■ TASK BRIEF: Using the records below, find how many lines hold the word "IFCFURNISHINGELEMENT" and reply with only that number.

■ EXERCISE INPUT:
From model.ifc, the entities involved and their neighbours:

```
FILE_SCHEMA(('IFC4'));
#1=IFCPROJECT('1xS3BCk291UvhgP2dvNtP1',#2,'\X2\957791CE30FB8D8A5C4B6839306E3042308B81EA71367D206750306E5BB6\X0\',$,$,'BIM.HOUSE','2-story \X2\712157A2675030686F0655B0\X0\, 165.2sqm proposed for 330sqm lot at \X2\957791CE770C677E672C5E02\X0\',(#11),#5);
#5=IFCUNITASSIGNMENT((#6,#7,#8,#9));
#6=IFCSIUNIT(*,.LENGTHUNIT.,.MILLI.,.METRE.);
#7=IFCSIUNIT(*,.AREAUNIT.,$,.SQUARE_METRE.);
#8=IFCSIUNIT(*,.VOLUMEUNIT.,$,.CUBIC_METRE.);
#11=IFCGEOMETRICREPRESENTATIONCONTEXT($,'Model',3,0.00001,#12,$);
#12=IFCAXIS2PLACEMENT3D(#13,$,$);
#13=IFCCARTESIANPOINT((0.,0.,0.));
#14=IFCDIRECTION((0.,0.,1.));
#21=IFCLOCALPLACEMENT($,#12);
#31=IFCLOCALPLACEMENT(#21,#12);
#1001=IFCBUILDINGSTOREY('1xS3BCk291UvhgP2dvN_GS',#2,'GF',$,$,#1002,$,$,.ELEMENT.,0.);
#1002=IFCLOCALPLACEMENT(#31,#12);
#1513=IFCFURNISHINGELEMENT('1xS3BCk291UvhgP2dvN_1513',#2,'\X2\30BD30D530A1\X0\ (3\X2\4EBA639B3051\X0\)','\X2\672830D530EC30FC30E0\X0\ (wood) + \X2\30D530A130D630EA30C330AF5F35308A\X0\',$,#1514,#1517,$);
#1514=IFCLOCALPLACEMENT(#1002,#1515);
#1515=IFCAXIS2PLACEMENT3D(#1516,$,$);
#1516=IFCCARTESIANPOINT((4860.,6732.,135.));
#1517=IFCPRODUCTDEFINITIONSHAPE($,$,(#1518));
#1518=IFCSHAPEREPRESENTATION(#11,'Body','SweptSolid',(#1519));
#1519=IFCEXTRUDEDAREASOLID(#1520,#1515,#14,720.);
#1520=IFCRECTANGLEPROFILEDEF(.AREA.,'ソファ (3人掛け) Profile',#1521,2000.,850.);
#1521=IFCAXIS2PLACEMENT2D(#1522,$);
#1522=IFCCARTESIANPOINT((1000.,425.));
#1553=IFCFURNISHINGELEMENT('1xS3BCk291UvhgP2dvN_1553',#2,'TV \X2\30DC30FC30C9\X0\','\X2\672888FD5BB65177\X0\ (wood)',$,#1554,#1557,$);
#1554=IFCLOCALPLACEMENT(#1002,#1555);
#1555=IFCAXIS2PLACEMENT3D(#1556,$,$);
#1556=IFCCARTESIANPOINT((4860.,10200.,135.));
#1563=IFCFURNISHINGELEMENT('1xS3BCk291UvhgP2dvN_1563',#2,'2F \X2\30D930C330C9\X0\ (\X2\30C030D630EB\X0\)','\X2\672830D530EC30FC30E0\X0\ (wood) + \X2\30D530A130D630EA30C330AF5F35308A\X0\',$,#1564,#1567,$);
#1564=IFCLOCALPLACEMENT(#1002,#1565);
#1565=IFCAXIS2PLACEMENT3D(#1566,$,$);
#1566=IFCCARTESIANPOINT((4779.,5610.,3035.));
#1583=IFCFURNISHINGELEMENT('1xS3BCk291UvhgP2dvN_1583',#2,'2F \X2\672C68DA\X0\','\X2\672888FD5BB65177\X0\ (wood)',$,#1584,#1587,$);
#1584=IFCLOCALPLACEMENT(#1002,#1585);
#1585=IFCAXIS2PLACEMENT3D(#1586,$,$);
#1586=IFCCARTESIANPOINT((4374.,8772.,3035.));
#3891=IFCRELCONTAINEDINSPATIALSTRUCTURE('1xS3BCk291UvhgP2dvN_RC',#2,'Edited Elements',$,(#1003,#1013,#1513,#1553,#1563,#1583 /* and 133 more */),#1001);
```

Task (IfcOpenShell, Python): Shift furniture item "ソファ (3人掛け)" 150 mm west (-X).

```python
import ifcopenshell
import ifcopenshell.api.geometry
import ifcopenshell.util.placement
import ifcopenshell.util.unit

model = ifcopenshell.open("model.ifc")
unit_scale = ifcopenshell.util.unit.calculate_unit_scale(model)

item = model.by_guid("1xS3BCk291UvhgP2dvN_1513")
matrix = ifcopenshell.util.placement.get_local_placement(item.ObjectPlacement)
matrix[0, 3] -= 0.15 / unit_scale
ifcopenshell.api.geometry.edit_object_placement(model, product=item, matrix=matrix, is_si=False)

print(ifcopenshell.util.placement.get_local_placement(item.ObjectPlacement).round(3) + 0.0)

model.write("model_updated.ifc")
```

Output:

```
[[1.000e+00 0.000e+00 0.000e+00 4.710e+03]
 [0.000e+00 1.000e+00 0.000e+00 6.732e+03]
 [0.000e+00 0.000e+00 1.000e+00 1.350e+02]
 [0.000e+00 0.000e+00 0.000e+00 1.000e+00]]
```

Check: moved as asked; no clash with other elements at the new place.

■ REPLY: 4